Stored data entries:
.....
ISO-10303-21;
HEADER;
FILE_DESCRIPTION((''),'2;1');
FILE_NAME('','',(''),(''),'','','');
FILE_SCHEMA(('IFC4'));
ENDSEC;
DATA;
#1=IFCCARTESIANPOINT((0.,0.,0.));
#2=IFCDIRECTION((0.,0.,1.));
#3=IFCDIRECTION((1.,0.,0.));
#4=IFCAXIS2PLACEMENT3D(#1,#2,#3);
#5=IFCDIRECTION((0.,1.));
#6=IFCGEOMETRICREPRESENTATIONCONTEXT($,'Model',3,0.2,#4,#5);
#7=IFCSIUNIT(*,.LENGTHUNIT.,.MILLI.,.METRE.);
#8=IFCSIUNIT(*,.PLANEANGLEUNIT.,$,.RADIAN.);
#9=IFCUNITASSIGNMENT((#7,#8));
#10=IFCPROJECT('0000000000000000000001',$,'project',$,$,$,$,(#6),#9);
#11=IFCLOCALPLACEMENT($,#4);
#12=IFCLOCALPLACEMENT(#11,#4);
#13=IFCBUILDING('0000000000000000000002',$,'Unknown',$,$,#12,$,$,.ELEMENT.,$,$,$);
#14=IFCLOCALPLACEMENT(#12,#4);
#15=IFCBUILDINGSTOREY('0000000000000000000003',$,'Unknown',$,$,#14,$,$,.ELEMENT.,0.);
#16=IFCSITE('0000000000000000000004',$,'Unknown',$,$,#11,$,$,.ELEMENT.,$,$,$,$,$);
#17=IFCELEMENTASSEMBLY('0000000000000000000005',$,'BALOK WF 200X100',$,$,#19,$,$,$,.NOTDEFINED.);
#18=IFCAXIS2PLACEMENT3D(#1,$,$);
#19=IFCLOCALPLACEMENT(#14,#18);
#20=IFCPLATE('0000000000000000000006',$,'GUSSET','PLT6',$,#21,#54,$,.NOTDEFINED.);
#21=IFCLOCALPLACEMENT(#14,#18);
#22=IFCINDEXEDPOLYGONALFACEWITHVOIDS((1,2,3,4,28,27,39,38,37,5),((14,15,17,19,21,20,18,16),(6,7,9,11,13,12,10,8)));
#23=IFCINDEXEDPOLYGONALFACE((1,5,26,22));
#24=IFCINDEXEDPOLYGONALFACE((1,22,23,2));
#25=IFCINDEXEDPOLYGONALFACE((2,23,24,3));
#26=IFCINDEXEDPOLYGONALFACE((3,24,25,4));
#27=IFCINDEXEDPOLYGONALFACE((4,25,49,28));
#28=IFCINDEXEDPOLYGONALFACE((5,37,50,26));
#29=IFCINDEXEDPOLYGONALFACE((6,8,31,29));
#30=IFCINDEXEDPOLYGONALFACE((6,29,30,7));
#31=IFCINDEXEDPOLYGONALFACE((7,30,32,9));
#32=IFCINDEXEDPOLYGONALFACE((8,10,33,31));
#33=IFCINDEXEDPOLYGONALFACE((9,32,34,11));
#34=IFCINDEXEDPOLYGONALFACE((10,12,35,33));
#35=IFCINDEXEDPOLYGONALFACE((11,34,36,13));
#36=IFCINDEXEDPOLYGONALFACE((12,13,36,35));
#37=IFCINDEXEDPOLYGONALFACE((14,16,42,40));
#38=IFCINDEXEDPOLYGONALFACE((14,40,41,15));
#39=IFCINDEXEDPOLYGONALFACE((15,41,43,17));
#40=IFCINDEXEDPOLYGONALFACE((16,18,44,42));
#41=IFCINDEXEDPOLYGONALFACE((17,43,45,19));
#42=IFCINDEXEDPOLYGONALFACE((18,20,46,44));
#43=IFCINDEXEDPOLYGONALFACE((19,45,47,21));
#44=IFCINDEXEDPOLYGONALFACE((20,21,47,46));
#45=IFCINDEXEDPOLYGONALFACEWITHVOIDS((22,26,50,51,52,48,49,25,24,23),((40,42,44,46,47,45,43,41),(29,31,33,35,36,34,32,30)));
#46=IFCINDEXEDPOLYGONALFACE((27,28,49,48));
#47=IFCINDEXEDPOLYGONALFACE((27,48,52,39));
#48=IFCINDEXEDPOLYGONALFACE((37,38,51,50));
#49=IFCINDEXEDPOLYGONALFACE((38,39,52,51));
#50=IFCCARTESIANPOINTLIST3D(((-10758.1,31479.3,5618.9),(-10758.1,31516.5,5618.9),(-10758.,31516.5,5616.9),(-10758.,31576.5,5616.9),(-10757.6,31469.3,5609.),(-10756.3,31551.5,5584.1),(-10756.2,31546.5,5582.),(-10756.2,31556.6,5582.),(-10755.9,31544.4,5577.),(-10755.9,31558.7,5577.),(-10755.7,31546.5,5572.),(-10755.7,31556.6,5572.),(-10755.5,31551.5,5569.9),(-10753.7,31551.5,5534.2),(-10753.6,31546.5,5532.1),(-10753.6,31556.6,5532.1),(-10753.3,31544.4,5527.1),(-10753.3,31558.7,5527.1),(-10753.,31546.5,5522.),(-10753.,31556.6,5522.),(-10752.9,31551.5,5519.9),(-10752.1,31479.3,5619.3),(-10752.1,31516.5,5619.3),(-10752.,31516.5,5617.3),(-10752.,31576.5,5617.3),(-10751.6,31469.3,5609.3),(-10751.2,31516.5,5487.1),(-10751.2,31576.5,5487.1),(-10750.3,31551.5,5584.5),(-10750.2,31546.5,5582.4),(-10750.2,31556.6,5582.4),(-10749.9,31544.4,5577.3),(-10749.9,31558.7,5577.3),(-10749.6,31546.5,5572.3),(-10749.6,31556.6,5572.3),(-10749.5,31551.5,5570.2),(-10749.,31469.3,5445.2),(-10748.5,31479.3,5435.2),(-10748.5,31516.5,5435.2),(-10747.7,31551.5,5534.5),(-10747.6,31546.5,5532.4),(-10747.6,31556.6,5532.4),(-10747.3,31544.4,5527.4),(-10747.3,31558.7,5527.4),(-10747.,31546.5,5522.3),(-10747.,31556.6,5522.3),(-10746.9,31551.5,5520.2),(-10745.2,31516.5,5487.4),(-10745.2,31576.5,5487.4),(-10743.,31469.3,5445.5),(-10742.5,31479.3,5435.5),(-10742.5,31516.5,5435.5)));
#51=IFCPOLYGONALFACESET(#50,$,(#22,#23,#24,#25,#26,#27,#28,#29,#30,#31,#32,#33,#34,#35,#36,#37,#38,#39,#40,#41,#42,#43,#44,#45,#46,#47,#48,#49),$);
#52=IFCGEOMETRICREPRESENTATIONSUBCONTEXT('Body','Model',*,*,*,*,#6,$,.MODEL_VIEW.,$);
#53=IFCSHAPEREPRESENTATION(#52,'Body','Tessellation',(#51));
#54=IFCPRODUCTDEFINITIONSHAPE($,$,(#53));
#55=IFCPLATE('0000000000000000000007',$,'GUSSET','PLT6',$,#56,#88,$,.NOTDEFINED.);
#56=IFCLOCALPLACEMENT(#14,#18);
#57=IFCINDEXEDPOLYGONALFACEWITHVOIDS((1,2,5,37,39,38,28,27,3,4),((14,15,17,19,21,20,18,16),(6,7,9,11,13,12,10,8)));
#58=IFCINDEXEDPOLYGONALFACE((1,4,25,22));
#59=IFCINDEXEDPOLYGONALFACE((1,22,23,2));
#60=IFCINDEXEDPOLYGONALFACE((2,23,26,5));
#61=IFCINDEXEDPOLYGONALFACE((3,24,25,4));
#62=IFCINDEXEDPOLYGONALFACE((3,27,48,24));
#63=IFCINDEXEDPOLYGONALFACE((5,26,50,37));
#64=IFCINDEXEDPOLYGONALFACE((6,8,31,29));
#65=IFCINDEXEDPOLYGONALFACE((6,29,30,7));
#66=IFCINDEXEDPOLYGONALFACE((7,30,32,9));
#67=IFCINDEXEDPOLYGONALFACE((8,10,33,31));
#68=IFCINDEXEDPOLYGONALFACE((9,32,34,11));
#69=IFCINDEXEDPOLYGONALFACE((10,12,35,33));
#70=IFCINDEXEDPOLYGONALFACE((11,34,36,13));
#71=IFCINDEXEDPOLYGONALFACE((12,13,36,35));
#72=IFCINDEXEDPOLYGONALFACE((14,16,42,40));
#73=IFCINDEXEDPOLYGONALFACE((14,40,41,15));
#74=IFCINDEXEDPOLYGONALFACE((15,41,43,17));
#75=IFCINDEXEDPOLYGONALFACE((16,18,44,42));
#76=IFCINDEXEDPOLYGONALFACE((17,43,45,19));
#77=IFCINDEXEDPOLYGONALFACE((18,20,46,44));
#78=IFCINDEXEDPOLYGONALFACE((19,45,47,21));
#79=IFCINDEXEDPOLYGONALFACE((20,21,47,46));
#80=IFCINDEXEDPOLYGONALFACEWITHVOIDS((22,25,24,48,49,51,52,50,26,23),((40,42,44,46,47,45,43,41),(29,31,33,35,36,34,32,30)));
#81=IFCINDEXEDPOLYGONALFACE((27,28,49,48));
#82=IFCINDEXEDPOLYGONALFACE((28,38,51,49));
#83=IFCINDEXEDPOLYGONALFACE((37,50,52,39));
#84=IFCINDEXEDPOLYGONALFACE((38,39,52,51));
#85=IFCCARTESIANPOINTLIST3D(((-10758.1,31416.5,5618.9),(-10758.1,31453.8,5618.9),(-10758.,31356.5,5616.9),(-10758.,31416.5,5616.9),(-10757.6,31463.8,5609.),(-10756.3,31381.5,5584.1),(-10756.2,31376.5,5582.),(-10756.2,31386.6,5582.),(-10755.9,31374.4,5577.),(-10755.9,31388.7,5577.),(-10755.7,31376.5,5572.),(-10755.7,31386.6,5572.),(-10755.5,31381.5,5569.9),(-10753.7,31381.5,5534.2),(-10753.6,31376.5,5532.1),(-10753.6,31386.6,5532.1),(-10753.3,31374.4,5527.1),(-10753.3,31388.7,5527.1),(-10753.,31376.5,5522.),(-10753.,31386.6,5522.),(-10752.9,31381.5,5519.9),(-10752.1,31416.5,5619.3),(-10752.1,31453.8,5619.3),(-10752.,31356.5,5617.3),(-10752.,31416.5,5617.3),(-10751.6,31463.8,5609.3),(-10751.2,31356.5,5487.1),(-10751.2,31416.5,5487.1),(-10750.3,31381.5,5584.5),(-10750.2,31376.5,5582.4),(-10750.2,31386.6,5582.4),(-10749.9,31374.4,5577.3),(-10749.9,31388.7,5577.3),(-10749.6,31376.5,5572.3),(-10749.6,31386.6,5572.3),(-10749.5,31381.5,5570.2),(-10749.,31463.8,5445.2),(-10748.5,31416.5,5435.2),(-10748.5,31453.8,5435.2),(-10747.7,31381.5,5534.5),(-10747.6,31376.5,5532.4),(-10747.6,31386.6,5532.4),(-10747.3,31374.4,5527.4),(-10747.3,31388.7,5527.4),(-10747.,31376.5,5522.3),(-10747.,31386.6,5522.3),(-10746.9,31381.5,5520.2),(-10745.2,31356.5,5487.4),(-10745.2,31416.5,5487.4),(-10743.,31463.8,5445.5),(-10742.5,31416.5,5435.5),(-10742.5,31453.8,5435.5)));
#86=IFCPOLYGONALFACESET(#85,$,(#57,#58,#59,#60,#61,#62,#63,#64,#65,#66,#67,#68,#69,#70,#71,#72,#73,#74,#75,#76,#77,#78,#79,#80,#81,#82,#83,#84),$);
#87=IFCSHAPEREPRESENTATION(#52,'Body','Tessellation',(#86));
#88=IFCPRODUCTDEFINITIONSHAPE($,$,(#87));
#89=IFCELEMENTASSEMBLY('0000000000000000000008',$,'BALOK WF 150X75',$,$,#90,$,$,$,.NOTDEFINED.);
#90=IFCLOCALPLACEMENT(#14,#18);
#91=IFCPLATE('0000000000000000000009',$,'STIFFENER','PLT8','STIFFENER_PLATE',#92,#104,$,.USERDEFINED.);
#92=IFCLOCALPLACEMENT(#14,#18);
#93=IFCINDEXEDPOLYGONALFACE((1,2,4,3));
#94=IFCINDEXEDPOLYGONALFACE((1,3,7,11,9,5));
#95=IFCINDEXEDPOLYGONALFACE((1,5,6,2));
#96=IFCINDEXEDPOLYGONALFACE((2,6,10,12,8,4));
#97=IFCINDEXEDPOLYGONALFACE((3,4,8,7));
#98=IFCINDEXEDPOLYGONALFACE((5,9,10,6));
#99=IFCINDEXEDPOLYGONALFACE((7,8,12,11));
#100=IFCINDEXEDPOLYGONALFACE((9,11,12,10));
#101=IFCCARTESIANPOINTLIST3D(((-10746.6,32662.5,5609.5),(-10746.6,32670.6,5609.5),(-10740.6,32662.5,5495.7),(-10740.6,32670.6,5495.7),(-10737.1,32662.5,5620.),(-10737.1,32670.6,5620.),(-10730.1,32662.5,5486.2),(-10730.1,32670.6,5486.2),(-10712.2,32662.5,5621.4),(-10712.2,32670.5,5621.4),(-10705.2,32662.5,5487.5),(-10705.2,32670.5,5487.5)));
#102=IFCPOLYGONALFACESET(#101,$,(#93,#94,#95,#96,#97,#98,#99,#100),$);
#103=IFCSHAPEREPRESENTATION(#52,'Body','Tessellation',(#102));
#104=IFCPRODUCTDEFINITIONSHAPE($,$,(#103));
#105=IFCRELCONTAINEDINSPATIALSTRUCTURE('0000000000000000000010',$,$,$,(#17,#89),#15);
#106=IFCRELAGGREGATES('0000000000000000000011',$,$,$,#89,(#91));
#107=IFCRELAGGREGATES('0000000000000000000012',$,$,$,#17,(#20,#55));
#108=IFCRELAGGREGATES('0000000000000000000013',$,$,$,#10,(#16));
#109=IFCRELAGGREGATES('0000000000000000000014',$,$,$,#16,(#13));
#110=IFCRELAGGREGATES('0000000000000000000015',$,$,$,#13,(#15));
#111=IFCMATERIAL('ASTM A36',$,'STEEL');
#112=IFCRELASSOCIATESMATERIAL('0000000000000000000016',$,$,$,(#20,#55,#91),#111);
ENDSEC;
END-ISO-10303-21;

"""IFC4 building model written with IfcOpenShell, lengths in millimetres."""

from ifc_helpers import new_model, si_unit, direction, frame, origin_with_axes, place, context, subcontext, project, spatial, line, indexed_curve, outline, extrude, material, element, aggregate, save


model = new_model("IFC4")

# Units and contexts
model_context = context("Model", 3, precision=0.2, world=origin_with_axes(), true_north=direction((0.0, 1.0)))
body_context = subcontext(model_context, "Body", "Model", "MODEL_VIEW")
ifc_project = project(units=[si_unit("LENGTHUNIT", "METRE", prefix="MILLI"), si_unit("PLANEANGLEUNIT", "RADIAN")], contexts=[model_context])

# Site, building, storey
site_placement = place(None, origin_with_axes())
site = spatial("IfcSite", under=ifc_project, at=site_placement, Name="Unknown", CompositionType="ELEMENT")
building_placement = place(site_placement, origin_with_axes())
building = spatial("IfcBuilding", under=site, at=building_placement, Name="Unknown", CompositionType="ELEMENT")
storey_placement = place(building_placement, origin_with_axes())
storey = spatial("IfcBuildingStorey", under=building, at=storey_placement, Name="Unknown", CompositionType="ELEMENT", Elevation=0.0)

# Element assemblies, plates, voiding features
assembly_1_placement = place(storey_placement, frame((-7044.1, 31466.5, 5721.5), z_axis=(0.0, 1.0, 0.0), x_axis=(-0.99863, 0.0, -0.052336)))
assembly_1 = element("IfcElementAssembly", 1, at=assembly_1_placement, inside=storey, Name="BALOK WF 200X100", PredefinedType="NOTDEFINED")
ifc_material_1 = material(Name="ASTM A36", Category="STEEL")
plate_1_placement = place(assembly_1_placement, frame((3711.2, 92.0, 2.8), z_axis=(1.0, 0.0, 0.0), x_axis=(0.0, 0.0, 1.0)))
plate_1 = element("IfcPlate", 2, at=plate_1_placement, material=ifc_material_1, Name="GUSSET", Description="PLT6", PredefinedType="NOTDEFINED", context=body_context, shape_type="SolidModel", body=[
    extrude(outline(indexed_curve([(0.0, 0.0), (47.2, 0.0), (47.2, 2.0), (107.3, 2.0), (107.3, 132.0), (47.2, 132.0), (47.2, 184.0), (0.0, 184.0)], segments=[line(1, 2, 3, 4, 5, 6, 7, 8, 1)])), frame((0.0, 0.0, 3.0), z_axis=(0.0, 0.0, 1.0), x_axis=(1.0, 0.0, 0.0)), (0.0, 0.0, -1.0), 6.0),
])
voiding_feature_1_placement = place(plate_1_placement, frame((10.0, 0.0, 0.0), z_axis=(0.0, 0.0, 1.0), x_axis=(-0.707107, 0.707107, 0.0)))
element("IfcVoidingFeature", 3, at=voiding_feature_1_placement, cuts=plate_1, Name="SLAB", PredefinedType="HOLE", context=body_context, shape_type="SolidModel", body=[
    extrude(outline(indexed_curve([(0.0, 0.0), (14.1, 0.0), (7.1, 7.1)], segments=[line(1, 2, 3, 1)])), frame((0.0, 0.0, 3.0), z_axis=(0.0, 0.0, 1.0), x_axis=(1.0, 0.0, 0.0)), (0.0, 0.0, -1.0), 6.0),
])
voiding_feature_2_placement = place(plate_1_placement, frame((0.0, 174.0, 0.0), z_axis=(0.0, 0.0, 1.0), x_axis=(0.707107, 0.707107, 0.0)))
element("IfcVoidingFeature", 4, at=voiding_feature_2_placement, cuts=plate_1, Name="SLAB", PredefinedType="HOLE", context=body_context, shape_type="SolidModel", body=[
.....
### Task to carry out
In the data above, retype exactly and only the lines between the one holding "#1=IFCCARTESIANPOINT((0.,0.,0.));" and the one holding "#19=IFCLOCALPLACEMENT(#14,#18);", inclusive.

### Response
#1=IFCCARTESIANPOINT((0.,0.,0.));
#2=IFCDIRECTION((0.,0.,1.));
#3=IFCDIRECTION((1.,0.,0.));
#4=IFCAXIS2PLACEMENT3D(#1,#2,#3);
#5=IFCDIRECTION((0.,1.));
#6=IFCGEOMETRICREPRESENTATIONCONTEXT($,'Model',3,0.2,#4,#5);
#7=IFCSIUNIT(*,.LENGTHUNIT.,.MILLI.,.METRE.);
#8=IFCSIUNIT(*,.PLANEANGLEUNIT.,$,.RADIAN.);
#9=IFCUNITASSIGNMENT((#7,#8));
#10=IFCPROJECT('0000000000000000000001',$,'project',$,$,$,$,(#6),#9);
#11=IFCLOCALPLACEMENT($,#4);
#12=IFCLOCALPLACEMENT(#11,#4);
#13=IFCBUILDING('0000000000000000000002',$,'Unknown',$,$,#12,$,$,.ELEMENT.,$,$,$);
#14=IFCLOCALPLACEMENT(#12,#4);
#15=IFCBUILDINGSTOREY('0000000000000000000003',$,'Unknown',$,$,#14,$,$,.ELEMENT.,0.);
#16=IFCSITE('0000000000000000000004',$,'Unknown',$,$,#11,$,$,.ELEMENT.,$,$,$,$,$);
#17=IFCELEMENTASSEMBLY('0000000000000000000005',$,'BALOK WF 200X100',$,$,#19,$,$,$,.NOTDEFINED.);
#18=IFCAXIS2PLACEMENT3D(#1,$,$);
#19=IFCLOCALPLACEMENT(#14,#18);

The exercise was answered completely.